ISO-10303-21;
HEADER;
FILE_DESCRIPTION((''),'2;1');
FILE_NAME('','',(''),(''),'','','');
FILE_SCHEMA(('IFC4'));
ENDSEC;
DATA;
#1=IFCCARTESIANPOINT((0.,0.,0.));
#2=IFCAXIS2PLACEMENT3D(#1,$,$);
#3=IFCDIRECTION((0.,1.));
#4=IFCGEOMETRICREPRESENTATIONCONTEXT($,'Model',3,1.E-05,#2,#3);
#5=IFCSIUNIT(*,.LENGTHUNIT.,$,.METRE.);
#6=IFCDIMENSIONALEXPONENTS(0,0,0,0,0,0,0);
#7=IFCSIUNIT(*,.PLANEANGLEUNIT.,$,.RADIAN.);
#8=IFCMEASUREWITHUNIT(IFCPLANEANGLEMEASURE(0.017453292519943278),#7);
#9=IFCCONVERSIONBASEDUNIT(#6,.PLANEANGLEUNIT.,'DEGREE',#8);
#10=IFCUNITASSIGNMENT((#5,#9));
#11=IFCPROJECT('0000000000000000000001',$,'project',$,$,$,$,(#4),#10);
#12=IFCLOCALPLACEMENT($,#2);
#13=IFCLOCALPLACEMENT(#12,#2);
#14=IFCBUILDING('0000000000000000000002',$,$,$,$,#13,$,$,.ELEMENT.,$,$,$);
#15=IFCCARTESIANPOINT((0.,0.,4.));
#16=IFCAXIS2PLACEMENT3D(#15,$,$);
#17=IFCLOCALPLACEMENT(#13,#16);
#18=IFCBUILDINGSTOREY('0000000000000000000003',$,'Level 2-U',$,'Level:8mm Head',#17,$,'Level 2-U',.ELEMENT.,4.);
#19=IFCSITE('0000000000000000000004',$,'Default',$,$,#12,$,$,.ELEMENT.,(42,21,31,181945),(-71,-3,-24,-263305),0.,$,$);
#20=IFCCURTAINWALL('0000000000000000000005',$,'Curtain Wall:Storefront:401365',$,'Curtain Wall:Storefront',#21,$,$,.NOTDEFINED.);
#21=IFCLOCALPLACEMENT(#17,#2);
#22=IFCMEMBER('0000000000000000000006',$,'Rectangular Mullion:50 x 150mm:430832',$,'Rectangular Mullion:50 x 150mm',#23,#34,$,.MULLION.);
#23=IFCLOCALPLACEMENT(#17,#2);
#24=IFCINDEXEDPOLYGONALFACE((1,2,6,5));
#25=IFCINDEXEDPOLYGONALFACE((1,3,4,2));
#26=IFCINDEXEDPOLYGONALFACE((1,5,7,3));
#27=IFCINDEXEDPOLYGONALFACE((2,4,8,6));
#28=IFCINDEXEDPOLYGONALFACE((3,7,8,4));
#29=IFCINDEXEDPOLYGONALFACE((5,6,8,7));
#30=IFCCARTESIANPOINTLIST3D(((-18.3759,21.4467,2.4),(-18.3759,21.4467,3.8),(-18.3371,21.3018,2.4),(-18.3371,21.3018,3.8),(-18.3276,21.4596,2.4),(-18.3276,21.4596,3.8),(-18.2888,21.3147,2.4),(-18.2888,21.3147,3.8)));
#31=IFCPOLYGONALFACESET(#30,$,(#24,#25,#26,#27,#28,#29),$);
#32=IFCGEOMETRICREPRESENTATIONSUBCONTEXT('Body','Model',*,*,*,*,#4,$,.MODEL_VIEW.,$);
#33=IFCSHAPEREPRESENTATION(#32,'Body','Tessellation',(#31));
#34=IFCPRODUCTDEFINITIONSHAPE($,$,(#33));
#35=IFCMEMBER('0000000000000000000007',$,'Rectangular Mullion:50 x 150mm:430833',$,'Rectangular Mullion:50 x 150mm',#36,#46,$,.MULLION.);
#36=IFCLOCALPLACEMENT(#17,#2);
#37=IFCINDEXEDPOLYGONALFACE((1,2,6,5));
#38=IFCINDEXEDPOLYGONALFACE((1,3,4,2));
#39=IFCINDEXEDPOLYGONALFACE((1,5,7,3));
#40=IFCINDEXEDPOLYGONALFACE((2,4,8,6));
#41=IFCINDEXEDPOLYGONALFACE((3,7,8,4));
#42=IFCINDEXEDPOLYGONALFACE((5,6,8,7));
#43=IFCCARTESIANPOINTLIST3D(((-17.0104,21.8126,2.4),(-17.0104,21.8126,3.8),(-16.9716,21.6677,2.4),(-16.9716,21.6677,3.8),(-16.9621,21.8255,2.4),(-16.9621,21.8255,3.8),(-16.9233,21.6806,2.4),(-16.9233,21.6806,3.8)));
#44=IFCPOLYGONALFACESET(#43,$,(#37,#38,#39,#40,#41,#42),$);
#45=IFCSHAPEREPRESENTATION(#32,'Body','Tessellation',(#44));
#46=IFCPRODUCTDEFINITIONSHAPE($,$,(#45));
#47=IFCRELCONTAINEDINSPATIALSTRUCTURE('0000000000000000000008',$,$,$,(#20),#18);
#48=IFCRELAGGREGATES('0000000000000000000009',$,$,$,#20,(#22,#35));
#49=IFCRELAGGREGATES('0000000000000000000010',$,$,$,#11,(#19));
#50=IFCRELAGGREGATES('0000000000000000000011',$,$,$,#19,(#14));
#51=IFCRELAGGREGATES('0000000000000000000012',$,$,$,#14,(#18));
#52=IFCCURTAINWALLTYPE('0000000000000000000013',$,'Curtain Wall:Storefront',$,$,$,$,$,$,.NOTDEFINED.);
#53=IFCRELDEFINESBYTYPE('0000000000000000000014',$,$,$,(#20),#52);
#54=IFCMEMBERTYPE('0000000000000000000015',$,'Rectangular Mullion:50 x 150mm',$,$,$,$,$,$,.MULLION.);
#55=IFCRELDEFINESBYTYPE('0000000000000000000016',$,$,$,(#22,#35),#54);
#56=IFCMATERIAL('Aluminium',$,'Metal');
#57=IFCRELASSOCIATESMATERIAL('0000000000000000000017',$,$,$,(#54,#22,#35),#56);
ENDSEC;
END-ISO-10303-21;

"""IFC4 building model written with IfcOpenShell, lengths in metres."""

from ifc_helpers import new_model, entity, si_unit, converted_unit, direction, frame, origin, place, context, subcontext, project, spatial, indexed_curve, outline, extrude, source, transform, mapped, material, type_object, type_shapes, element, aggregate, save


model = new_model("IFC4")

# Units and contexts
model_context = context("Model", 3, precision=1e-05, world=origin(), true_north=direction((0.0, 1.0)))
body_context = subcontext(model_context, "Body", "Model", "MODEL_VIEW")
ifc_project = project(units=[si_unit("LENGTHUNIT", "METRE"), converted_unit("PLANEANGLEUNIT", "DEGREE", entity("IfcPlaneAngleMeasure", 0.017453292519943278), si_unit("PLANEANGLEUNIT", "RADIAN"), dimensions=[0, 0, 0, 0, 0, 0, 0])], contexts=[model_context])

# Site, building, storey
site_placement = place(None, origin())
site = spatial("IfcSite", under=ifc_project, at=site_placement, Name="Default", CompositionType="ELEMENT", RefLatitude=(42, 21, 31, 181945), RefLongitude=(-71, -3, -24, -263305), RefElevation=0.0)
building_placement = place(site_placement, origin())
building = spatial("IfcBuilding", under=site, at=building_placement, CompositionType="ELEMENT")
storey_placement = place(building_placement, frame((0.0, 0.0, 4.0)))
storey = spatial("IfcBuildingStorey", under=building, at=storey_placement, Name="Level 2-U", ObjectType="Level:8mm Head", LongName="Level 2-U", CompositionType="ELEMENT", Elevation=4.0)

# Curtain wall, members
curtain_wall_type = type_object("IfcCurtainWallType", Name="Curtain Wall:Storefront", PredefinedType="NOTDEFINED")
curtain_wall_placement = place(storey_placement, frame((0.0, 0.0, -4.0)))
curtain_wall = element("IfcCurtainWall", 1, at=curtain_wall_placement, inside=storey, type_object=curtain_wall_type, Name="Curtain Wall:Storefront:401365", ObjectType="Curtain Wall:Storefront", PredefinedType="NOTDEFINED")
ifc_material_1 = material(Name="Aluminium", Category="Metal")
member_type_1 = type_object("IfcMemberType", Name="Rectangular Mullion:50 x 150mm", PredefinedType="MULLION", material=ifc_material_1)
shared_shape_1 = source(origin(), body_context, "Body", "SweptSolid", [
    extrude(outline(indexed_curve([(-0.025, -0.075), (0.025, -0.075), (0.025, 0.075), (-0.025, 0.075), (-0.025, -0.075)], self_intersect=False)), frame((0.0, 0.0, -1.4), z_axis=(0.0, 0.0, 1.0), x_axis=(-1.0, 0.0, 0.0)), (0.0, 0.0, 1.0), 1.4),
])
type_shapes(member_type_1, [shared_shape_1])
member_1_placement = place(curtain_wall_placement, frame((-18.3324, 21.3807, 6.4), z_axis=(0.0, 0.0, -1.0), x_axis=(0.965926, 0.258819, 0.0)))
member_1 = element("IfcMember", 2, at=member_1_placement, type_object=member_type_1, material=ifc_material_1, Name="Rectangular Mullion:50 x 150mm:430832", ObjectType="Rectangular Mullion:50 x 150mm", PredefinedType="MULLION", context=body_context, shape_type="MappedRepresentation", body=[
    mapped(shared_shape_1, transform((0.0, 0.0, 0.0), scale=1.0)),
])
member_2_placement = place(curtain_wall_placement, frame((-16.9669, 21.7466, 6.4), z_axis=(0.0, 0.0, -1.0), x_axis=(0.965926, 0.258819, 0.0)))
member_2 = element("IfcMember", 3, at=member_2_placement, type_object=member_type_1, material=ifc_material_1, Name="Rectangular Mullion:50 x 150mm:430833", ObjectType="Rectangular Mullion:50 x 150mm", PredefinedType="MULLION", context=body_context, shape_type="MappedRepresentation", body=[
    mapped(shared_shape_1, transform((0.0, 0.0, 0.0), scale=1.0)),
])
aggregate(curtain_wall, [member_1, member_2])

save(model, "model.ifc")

--

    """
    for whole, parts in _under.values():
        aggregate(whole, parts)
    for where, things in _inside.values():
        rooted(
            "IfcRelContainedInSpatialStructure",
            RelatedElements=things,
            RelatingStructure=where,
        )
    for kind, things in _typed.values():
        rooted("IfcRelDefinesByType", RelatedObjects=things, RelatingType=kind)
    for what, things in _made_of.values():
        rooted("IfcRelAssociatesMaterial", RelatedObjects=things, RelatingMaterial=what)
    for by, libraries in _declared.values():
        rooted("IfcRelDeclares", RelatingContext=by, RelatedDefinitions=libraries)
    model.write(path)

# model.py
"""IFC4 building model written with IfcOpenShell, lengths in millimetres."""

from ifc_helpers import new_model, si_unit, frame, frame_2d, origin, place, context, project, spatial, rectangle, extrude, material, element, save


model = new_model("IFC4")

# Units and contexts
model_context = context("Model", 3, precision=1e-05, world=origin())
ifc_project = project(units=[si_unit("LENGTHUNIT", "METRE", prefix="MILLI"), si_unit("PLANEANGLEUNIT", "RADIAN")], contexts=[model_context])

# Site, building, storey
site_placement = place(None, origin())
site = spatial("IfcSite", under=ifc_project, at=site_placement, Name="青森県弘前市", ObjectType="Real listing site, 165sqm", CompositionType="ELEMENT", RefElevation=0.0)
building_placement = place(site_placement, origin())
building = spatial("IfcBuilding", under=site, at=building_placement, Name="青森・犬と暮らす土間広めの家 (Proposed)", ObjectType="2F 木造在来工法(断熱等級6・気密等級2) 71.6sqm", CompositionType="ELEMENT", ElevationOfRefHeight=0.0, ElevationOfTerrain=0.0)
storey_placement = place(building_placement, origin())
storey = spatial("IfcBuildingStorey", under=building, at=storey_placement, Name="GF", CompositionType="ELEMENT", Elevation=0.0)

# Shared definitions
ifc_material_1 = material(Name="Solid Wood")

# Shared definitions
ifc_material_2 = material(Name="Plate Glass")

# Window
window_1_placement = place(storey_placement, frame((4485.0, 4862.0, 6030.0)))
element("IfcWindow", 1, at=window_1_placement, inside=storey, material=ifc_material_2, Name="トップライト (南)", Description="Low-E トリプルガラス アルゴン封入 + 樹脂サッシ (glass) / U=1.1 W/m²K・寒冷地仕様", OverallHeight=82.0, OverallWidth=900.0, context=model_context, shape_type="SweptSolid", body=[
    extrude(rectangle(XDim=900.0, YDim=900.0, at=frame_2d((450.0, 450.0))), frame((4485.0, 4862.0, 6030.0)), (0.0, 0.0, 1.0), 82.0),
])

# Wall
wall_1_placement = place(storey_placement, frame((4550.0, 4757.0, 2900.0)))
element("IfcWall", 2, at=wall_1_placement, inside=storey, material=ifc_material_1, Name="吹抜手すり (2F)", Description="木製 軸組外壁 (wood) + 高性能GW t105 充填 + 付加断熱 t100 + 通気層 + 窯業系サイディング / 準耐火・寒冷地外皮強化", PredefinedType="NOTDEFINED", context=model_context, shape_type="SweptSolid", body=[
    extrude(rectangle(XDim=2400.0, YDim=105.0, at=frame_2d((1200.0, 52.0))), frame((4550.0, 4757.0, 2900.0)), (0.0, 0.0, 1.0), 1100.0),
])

▸ **PROBLEM DESCRIPTION**
In the entries above, the lines between the one holding "#42=IFCINDEXEDPOLYGONALFACE((5,6,8,7));" and the one holding "END-ISO-10303-21;", inclusive, are to be printed exactly as written, and those alone.

▸ **EXERCISE RESULT**
#42=IFCINDEXEDPOLYGONALFACE((5,6,8,7));
#43=IFCCARTESIANPOINTLIST3D(((-17.0104,21.8126,2.4),(-17.0104,21.8126,3.8),(-16.9716,21.6677,2.4),(-16.9716,21.6677,3.8),(-16.9621,21.8255,2.4),(-16.9621,21.8255,3.8),(-16.9233,21.6806,2.4),(-16.9233,21.6806,3.8)));
#44=IFCPOLYGONALFACESET(#43,$,(#37,#38,#39,#40,#41,#42),$);
#45=IFCSHAPEREPRESENTATION(#32,'Body','Tessellation',(#44));
#46=IFCPRODUCTDEFINITIONSHAPE($,$,(#45));
#47=IFCRELCONTAINEDINSPATIALSTRUCTURE('0000000000000000000008',$,$,$,(#20),#18);
#48=IFCRELAGGREGATES('0000000000000000000009',$,$,$,#20,(#22,#35));
#49=IFCRELAGGREGATES('0000000000000000000010',$,$,$,#11,(#19));
#50=IFCRELAGGREGATES('0000000000000000000011',$,$,$,#19,(#14));
#51=IFCRELAGGREGATES('0000000000000000000012',$,$,$,#14,(#18));
#52=IFCCURTAINWALLTYPE('0000000000000000000013',$,'Curtain Wall:Storefront',$,$,$,$,$,$,.NOTDEFINED.);
#53=IFCRELDEFINESBYTYPE('0000000000000000000014',$,$,$,(#20),#52);
#54=IFCMEMBERTYPE('0000000000000000000015',$,'Rectangular Mullion:50 x 150mm',$,$,$,$,$,$,.MULLION.);
#55=IFCRELDEFINESBYTYPE('0000000000000000000016',$,$,$,(#22,#35),#54);
#56=IFCMATERIAL('Aluminium',$,'Metal');
#57=IFCRELASSOCIATESMATERIAL('0000000000000000000017',$,$,$,(#54,#22,#35),#56);
ENDSEC;
END-ISO-10303-21;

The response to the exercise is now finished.